[Start of Attachment]

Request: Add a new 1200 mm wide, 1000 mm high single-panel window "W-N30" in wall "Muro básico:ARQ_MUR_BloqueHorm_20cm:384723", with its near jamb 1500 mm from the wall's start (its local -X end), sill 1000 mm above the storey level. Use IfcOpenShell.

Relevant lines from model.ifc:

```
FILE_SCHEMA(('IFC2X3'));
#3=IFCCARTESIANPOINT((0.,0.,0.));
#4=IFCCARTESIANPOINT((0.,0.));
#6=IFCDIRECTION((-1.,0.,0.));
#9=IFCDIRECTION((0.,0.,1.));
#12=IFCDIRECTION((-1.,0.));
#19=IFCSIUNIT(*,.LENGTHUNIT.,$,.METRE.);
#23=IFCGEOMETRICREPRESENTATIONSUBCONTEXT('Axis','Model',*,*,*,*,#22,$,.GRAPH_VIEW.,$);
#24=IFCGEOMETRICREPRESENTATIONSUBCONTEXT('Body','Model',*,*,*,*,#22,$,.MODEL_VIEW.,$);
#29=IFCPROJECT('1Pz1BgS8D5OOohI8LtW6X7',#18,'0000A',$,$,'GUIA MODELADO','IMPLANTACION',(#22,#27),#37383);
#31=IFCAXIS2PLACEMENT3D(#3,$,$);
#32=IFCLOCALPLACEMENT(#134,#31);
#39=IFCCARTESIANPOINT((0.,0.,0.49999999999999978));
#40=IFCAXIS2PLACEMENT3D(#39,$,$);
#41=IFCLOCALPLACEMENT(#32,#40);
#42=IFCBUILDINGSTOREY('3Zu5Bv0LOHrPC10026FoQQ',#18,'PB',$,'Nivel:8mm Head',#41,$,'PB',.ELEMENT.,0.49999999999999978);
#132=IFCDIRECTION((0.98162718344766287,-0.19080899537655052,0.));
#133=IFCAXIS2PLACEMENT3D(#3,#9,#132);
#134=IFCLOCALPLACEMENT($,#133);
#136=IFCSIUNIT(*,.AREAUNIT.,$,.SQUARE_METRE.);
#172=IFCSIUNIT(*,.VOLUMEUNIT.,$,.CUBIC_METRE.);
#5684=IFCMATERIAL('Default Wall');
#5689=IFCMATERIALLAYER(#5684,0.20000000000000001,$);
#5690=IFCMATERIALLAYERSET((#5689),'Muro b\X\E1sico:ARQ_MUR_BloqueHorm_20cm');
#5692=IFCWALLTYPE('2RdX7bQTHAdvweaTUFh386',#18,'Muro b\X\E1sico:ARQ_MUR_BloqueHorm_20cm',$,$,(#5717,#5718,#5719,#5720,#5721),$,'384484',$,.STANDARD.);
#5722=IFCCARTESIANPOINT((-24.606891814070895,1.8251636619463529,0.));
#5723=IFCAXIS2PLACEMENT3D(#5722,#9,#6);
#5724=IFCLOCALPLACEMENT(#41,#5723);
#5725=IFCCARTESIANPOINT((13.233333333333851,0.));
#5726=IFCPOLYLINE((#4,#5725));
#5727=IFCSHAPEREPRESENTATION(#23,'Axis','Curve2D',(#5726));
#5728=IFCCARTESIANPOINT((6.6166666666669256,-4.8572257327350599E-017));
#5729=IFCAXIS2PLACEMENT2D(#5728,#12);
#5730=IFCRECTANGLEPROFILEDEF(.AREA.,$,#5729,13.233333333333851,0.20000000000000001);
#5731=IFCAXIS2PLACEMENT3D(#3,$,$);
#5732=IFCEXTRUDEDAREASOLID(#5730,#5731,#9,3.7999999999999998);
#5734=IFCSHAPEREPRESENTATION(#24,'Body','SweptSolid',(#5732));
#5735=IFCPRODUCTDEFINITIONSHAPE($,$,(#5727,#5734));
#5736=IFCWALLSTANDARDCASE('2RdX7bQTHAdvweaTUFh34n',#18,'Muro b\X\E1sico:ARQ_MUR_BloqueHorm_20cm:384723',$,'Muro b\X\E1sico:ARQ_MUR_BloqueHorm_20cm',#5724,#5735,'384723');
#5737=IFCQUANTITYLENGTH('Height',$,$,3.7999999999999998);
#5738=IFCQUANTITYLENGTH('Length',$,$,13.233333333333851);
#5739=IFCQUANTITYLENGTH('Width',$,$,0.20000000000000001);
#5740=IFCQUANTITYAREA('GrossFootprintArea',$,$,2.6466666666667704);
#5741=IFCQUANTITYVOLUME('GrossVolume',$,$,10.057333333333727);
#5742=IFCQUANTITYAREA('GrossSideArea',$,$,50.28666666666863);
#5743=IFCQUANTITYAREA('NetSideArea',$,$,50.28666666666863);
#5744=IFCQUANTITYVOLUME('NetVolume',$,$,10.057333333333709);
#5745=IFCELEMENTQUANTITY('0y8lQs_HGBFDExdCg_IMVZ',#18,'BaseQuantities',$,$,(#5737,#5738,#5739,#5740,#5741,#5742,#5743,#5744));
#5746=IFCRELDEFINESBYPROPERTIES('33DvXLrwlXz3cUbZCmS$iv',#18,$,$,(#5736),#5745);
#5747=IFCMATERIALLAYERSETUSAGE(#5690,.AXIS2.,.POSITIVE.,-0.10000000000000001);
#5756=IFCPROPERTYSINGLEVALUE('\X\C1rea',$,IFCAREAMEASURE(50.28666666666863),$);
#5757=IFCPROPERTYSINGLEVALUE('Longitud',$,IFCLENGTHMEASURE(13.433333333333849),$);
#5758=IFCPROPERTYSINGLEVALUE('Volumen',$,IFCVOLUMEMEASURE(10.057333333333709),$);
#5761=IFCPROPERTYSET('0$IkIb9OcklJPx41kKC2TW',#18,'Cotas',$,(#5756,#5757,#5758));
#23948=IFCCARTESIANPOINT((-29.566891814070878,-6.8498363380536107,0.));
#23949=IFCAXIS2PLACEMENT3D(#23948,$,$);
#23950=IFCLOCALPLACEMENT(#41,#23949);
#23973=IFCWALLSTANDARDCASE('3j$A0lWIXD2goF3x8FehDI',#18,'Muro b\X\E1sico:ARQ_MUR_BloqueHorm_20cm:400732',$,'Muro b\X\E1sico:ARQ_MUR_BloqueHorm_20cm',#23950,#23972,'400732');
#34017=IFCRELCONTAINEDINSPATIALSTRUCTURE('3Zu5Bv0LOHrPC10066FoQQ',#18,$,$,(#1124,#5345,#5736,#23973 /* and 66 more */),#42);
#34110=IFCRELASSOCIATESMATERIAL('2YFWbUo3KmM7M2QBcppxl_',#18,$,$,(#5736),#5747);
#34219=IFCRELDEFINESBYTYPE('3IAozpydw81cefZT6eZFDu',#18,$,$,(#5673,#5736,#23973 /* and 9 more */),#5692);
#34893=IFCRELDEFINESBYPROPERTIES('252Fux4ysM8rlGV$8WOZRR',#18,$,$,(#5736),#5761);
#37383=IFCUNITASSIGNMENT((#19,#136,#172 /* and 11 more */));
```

```python
import numpy as np
import ifcopenshell
import ifcopenshell.api.feature
import ifcopenshell.api.geometry
import ifcopenshell.api.pset
import ifcopenshell.api.root
import ifcopenshell.api.spatial
import ifcopenshell.api.type
import ifcopenshell.geom
import ifcopenshell.util.element
import ifcopenshell.util.placement
import ifcopenshell.util.representation
import ifcopenshell.util.shape
import ifcopenshell.util.unit

model = ifcopenshell.open("model.ifc")
unit_scale = ifcopenshell.util.unit.calculate_unit_scale(model)
area_scale = ifcopenshell.util.unit.calculate_unit_scale(model, "AREAUNIT")
volume_scale = ifcopenshell.util.unit.calculate_unit_scale(model, "VOLUMEUNIT")
settings = ifcopenshell.geom.settings()


def volume(element):
    """Net volume in cubic metres, openings subtracted."""
    shape = ifcopenshell.geom.create_shape(settings, element)
    return ifcopenshell.util.shape.get_volume(shape.geometry)


wall = model.by_guid("2RdX7bQTHAdvweaTUFh34n")
storey = ifcopenshell.util.element.get_container(wall, ifc_class="IfcBuildingStorey")
context = ifcopenshell.util.representation.get_context(model, "Model", "Body", "MODEL_VIEW")
before = volume(wall)

width, height, from_end, sill = 1.2, 1, 1.5, 1  # metres

# The wall runs along its own X axis, and the end named is its -X end.
wall_shape = ifcopenshell.geom.create_shape(settings, wall)
x, y, z = ifcopenshell.util.shape.get_vertices(wall_shape.geometry).T
start = x.min() + from_end
face, thickness = float(y.min()), float(y.max() - y.min())
wall_matrix = ifcopenshell.util.placement.get_local_placement(wall.ObjectPlacement)
level = ifcopenshell.util.placement.get_local_placement(storey.ObjectPlacement)[2, 3]


def in_wall(x, y):
    """Placement at x, y metres in the wall's axes, at sill height."""
    matrix = wall_matrix.copy()
    matrix[:, 3] = wall_matrix @ np.array([x / unit_scale, y / unit_scale, 0.0, 1.0])
    matrix[2, 3] = level + sill / unit_scale
    return matrix


# Opening: a box that overshoots both wall faces by 50 mm.
opening = ifcopenshell.api.root.create_entity(model, ifc_class="IfcOpeningElement")
box = ifcopenshell.api.geometry.add_wall_representation(
    model, context=context, length=width, height=height, thickness=thickness + 0.1
)
ifcopenshell.api.geometry.assign_representation(model, product=opening, representation=box)
ifcopenshell.api.geometry.edit_object_placement(model, product=opening, matrix=in_wall(start, face - 0.05), is_si=False)
ifcopenshell.api.feature.add_feature(model, feature=opening, element=wall)

window = ifcopenshell.api.root.create_entity(model, ifc_class="IfcWindow", name="W-N30")
window.OverallWidth, window.OverallHeight = width / unit_scale, height / unit_scale
body = ifcopenshell.api.geometry.add_window_representation(
    model,
    context=context,
    overall_width=window.OverallWidth,
    overall_height=window.OverallHeight,
    partition_type="SINGLE_PANEL",
)
ifcopenshell.api.geometry.assign_representation(model, product=window, representation=body)
ifcopenshell.api.spatial.assign_container(model, products=[window], relating_structure=storey)
fills = ifcopenshell.api.feature.add_filling(model, opening=opening, element=window)
fills.OwnerHistory = window.OwnerHistory  # required in IFC2X3

# IFC2X3 keeps the operation on the window style.
style = ifcopenshell.api.root.create_entity(model, ifc_class="IfcWindowStyle", name="W-N30")
style.OperationType, style.ConstructionType = "SINGLE_PANEL", "NOTDEFINED"
style.ParameterTakesPrecedence = style.Sizeable = False
ifcopenshell.api.type.assign_type(model, related_objects=[window], relating_type=style)

# Centre the window in the wall's thickness.
ifcopenshell.api.geometry.edit_object_placement(model, product=window, matrix=in_wall(start, face), is_si=False)
window_shape = ifcopenshell.geom.create_shape(settings, window)
depth = ifcopenshell.util.shape.get_vertices(window_shape.geometry)[:, 1]
offset = face + thickness / 2 - (depth.min() + depth.max()) / 2
ifcopenshell.api.geometry.edit_object_placement(model, product=window, matrix=in_wall(start, offset), is_si=False)

after = volume(wall)

# Update the wall's stored quantities.
qto = model.by_id(ifcopenshell.util.element.get_pset(wall, "BaseQuantities", should_inherit=False)["id"])
ifcopenshell.api.pset.edit_qto(model, qto=qto, properties={
    "NetSideArea": after / thickness / area_scale,
    "NetVolume": after / volume_scale,
})
pset = model.by_id(ifcopenshell.util.element.get_pset(wall, "Cotas", should_inherit=False)["id"])
ifcopenshell.api.pset.edit_pset(model, pset=pset, properties={
    "Área": model.create_entity("IfcAreaMeasure", after / thickness / area_scale),
    "Volumen": model.create_entity("IfcVolumeMeasure", after / volume_scale),
})

print(f"wall volume {before:.3f} -> {after:.3f} m3")

model.write("model_v2.ifc")
```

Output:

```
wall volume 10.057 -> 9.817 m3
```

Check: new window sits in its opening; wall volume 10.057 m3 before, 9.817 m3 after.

[End of Attachment]

» Task description
Show all lines from the data that contain "IFCGEOMETRICREPRESENTATIONSUBCONTEXT".

» Expected answer
#23=IFCGEOMETRICREPRESENTATIONSUBCONTEXT('Axis','Model',*,*,*,*,#22,$,.GRAPH_VIEW.,$);
#24=IFCGEOMETRICREPRESENTATIONSUBCONTEXT('Body','Model',*,*,*,*,#22,$,.MODEL_VIEW.,$);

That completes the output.